Его нижняя губа дрожит, и он обнимает меня за талию. Я глажу его по спине, пока он неохотно не отстраняется.
– Посидишь у моей кровати, пока я не засну?
Я знаю, что мне следует спуститься вниз и убедиться, что ужин прошел хорошо, но… сейчас это кажется более важным.
– Конечно.
На его лице застыла печаль, но он улыбается мне и забирается в свою кровать. Я укутываю его одеялом и устраиваюсь на полу, положив локти на его матрас. Пока я наблюдаю за тем, как мальчик засыпает, мое сердце наполняет нежное чувство. Я никогда не считала себя потенциальной матерью и не мечтала о радостях материнства – даже до того, как дала клятву не вступать в брак. Но пока слежу за тем, как поднимается и опускается грудь Мики, и слышу будто щенячий писк, издаваемый спящими детьми, я думаю, что понимаю, каково это – заботиться о ком-то маленьком и уязвимом. Пускай я знаю этих маленьких созданий меньше месяца, они уже завоевали мою любовь.
Один из детей шевелится и медленно переворачивается на бок, лицом ко мне. Маленькая девочка. На вид она на год или два младше Мики. В человеческих годах, по крайней мере. Она несколько раз моргает, глядя на меня, и я нежно улыбаюсь ей, надеясь, что мое присутствие ее не испугает.

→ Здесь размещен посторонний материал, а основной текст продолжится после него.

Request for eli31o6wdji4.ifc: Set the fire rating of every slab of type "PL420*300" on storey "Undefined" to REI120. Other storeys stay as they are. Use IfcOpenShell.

First a look at what the model holds.

```python
import ifcopenshell
import ifcopenshell.util.element

model = ifcopenshell.open("eli31o6wdji4.ifc")
print(model.schema)
storey = next(s for s in model.by_type("IfcBuildingStorey") if s.Name == "Undefined")
slabs = [e for e in ifcopenshell.util.element.get_decomposition(storey) if e.is_a("IfcSlab")]
seen = {}
for e in slabs:
    element_type = ifcopenshell.util.element.get_type(e)
    key = (element_type.Name if element_type != e and element_type else None, ifcopenshell.util.element.get_pset(e, "Pset_SlabCommon", "FireRating"))
    seen[key] = seen.get(key, 0) + 1
for (name, value), count in sorted(seen.items(), key=str):
    print(count, "x", name, "|", value)
```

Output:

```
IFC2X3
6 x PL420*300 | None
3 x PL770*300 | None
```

```python
import ifcopenshell
import ifcopenshell.api.pset
import ifcopenshell.util.element

model = ifcopenshell.open("eli31o6wdji4.ifc")

storey = next(s for s in model.by_type("IfcBuildingStorey") if s.Name == "Undefined")
slabs = [e for e in ifcopenshell.util.element.get_decomposition(storey) if e.is_a("IfcSlab")]

count = 0
for e in slabs:
    element_type = ifcopenshell.util.element.get_type(e)
    if element_type in (None, e) or element_type.Name != "PL420*300":
        continue
    found = ifcopenshell.util.element.get_pset(e, "Pset_SlabCommon", should_inherit=False)
    if found:
        pset = model.by_id(found["id"])
        if len(ifcopenshell.util.element.get_elements_by_pset(pset)) > 1:
            pset = ifcopenshell.api.pset.unshare_pset(model, products=[e], pset=pset)[0]
    else:
        pset = ifcopenshell.api.pset.add_pset(model, product=e, name="Pset_SlabCommon")
    ifcopenshell.api.pset.edit_pset(model, pset=pset, properties={"FireRating": "REI120"})
    count += 1

print(count, "slabs updated")

model.write("eli31o6wdji4_v2.ifc")
```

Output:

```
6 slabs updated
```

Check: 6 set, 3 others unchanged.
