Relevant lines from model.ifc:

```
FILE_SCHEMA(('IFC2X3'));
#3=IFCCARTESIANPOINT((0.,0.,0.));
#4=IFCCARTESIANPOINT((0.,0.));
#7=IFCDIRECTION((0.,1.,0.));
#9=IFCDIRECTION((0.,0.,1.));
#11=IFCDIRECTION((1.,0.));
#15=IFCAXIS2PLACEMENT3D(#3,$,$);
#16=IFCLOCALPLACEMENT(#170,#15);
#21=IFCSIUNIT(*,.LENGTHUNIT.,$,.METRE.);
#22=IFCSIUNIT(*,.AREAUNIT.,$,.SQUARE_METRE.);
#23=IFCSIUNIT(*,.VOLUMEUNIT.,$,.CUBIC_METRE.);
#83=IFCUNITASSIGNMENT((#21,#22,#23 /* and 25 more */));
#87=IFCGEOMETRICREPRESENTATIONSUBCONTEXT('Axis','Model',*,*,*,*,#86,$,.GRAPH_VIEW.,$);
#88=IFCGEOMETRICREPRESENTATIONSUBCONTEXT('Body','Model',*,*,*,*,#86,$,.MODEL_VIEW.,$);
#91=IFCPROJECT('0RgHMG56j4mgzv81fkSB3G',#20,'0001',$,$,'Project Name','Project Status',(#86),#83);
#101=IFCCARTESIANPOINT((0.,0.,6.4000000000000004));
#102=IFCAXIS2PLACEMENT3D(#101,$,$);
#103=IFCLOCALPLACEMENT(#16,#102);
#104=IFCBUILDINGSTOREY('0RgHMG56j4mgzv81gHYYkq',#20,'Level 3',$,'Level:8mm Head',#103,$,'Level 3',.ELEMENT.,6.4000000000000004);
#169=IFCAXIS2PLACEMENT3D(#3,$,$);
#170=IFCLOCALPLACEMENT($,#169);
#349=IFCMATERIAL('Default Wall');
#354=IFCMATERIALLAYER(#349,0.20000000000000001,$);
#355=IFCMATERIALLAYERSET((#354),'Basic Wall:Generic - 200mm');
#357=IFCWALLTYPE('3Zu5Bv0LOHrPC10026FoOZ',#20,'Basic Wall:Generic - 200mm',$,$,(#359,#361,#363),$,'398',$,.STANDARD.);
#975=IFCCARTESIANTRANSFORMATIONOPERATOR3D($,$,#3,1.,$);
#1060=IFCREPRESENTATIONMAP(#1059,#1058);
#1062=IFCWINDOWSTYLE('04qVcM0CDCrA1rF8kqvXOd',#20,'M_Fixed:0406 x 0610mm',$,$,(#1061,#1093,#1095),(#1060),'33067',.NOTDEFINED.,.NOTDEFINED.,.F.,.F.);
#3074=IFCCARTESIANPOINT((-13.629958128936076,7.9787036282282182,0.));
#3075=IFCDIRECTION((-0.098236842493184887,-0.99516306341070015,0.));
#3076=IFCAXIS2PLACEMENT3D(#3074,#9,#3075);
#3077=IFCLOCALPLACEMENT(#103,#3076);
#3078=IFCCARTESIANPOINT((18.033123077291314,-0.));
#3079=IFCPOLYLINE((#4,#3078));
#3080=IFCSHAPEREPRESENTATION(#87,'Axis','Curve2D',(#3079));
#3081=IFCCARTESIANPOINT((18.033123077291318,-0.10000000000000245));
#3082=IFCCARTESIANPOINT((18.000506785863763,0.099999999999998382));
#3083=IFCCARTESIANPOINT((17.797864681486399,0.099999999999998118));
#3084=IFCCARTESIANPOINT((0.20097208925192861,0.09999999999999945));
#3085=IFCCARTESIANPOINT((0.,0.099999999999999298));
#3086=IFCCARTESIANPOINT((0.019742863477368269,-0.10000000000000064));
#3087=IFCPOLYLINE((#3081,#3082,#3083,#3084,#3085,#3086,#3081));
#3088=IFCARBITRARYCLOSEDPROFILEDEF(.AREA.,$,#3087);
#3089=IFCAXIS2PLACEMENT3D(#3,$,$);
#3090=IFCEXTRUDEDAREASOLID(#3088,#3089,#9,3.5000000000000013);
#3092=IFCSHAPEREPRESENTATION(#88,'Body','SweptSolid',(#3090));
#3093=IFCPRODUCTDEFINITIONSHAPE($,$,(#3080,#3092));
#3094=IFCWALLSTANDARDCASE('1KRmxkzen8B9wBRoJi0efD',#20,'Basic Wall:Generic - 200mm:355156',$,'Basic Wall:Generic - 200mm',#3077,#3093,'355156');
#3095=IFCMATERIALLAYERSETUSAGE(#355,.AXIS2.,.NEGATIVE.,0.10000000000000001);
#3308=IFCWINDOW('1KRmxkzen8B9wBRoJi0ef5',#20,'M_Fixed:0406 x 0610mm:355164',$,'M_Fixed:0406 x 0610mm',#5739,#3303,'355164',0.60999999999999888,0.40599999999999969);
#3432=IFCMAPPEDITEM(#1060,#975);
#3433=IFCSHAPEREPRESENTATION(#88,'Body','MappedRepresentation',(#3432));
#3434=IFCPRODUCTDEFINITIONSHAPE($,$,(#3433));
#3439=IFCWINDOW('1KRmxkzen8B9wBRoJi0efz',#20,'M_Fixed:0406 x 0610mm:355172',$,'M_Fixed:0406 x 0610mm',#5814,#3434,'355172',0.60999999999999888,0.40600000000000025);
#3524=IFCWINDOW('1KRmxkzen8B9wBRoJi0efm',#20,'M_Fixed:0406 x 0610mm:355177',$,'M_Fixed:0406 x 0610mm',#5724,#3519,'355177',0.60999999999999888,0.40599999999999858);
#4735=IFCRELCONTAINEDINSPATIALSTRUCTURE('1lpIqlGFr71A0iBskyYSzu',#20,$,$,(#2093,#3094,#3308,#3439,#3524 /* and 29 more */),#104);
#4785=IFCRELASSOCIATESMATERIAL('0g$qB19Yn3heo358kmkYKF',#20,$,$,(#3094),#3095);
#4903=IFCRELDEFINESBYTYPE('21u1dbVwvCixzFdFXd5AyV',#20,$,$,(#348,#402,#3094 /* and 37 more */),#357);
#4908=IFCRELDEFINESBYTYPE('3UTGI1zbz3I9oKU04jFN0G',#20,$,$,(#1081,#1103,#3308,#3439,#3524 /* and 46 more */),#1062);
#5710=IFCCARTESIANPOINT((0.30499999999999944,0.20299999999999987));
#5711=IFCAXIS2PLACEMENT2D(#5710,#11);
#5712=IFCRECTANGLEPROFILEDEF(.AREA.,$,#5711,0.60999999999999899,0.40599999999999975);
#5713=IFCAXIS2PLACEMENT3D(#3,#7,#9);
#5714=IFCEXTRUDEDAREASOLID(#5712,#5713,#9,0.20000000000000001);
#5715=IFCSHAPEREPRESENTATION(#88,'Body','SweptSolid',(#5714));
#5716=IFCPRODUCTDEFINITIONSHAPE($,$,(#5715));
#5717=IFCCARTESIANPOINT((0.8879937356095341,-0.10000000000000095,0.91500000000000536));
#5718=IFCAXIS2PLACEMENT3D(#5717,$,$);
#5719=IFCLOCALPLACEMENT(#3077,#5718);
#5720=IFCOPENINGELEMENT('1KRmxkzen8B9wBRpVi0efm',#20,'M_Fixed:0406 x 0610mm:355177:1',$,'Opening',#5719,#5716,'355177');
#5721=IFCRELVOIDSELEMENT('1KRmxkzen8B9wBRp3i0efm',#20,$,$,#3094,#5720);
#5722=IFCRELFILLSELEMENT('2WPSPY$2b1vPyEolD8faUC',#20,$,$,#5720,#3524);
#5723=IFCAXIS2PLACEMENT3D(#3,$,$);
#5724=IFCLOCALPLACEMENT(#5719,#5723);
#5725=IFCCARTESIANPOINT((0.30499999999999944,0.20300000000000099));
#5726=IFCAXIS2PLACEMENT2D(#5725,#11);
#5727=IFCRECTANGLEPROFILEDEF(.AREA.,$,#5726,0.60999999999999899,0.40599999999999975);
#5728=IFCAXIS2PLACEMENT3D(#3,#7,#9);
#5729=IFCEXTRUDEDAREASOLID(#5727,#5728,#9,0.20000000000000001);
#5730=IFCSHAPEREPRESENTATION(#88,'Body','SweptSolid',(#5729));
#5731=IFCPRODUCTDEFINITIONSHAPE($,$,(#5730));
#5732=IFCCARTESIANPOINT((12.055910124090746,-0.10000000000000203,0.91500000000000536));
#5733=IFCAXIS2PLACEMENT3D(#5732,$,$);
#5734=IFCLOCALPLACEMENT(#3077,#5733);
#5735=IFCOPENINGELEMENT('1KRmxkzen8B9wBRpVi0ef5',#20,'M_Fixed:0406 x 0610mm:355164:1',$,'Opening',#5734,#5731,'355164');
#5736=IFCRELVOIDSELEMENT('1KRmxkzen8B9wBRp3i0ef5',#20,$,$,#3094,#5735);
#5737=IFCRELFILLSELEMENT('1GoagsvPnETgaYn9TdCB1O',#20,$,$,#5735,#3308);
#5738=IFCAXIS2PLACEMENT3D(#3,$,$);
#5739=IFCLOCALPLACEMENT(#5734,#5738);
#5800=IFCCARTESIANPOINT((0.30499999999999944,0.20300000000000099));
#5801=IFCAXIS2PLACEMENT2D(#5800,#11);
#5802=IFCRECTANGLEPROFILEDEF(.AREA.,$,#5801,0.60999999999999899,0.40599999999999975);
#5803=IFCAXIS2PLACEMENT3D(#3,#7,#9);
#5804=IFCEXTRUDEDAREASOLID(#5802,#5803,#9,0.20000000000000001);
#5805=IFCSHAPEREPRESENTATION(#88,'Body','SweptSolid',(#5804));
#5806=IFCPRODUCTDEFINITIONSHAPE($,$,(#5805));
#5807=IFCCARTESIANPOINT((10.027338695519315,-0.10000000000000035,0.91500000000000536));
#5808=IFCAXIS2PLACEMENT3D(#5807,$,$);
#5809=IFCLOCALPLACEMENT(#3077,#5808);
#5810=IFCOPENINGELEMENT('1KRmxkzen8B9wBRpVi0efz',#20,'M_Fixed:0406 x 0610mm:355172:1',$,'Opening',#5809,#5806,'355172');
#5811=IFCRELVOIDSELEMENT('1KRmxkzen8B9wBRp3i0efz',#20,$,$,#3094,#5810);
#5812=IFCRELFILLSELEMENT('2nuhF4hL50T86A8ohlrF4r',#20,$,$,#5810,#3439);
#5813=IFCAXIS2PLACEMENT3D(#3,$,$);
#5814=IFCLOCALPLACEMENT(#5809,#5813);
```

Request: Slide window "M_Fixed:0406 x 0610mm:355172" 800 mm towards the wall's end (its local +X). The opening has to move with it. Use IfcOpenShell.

```python
import ifcopenshell
import ifcopenshell.api.geometry
import ifcopenshell.util.placement
import ifcopenshell.util.unit

model = ifcopenshell.open("model.ifc")
unit_scale = ifcopenshell.util.unit.calculate_unit_scale(model)

window = model.by_guid("1KRmxkzen8B9wBRoJi0efz")
opening = window.FillsVoids[0].RelatingOpeningElement
wall = opening.VoidsElements[0].RelatingBuildingElement

wall_matrix = ifcopenshell.util.placement.get_local_placement(wall.ObjectPlacement)
shift = wall_matrix[:3, 0] * 0.8 / unit_scale
before = ifcopenshell.util.placement.get_local_placement(window.ObjectPlacement)[:3, 3].copy()

# The window is placed relative to its opening, so it follows when the opening moves.
matrix = ifcopenshell.util.placement.get_local_placement(opening.ObjectPlacement)
matrix[:3, 3] += shift
ifcopenshell.api.geometry.edit_object_placement(
    model, product=opening, matrix=matrix, is_si=False, should_transform_children=True
)

after = ifcopenshell.util.placement.get_local_placement(window.ObjectPlacement)[:3, 3]
print("window moved by", (after - before).round(3) + 0.0)

model.write("model_rev.ifc")
```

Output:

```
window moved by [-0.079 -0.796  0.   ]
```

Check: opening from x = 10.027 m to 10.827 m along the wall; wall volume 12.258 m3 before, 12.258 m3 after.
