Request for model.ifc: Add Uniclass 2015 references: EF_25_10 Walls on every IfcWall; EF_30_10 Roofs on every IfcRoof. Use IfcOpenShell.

First a look at what the model holds.

```python
import ifcopenshell

model = ifcopenshell.open("model.ifc")
print(model.schema)
print("classifications:", [c.Name for c in model.by_type("IfcClassification")])
for ifc_class in ("IfcDoor", "IfcRoof", "IfcStair", "IfcWall", "IfcWindow"):
    print(ifc_class, len(model.by_type(ifc_class)))
```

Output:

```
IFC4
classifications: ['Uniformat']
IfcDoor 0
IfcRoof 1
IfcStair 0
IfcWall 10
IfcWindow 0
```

```python
import ifcopenshell
import ifcopenshell.api.classification

model = ifcopenshell.open("model.ifc")

system = ifcopenshell.api.classification.add_classification(model, classification="Uniclass 2015")

codes = {
    "IfcWall": ("EF_25_10", "Walls"),
    "IfcRoof": ("EF_30_10", "Roofs"),
}
for ifc_class, (code, name) in codes.items():
    products = model.by_type(ifc_class)
    ifcopenshell.api.classification.add_reference(
        model, products=products, classification=system, identification=code, name=name
    )
    print(code, len(products))

model.write("model_updated.ifc")
```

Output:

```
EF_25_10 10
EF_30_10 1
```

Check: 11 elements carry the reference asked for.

Затем она садится и сердито смотрит на меня.
Я медленно и осторожно устремляюсь к ней.
– Я не хотела тебя пугать, – шепчу я. – Мике не спалось, вот я и составила ему компанию, чтобы он мог заснуть.
Она склоняет голову набок, затем легко кивает и начинает ложиться обратно. Как и в случае с Микой, я укутываю ее одеялом.
– Король это уже делал, – сообщает она медленно и сонно.
– О. – Сердце в груди пропускает удар. – И… часто?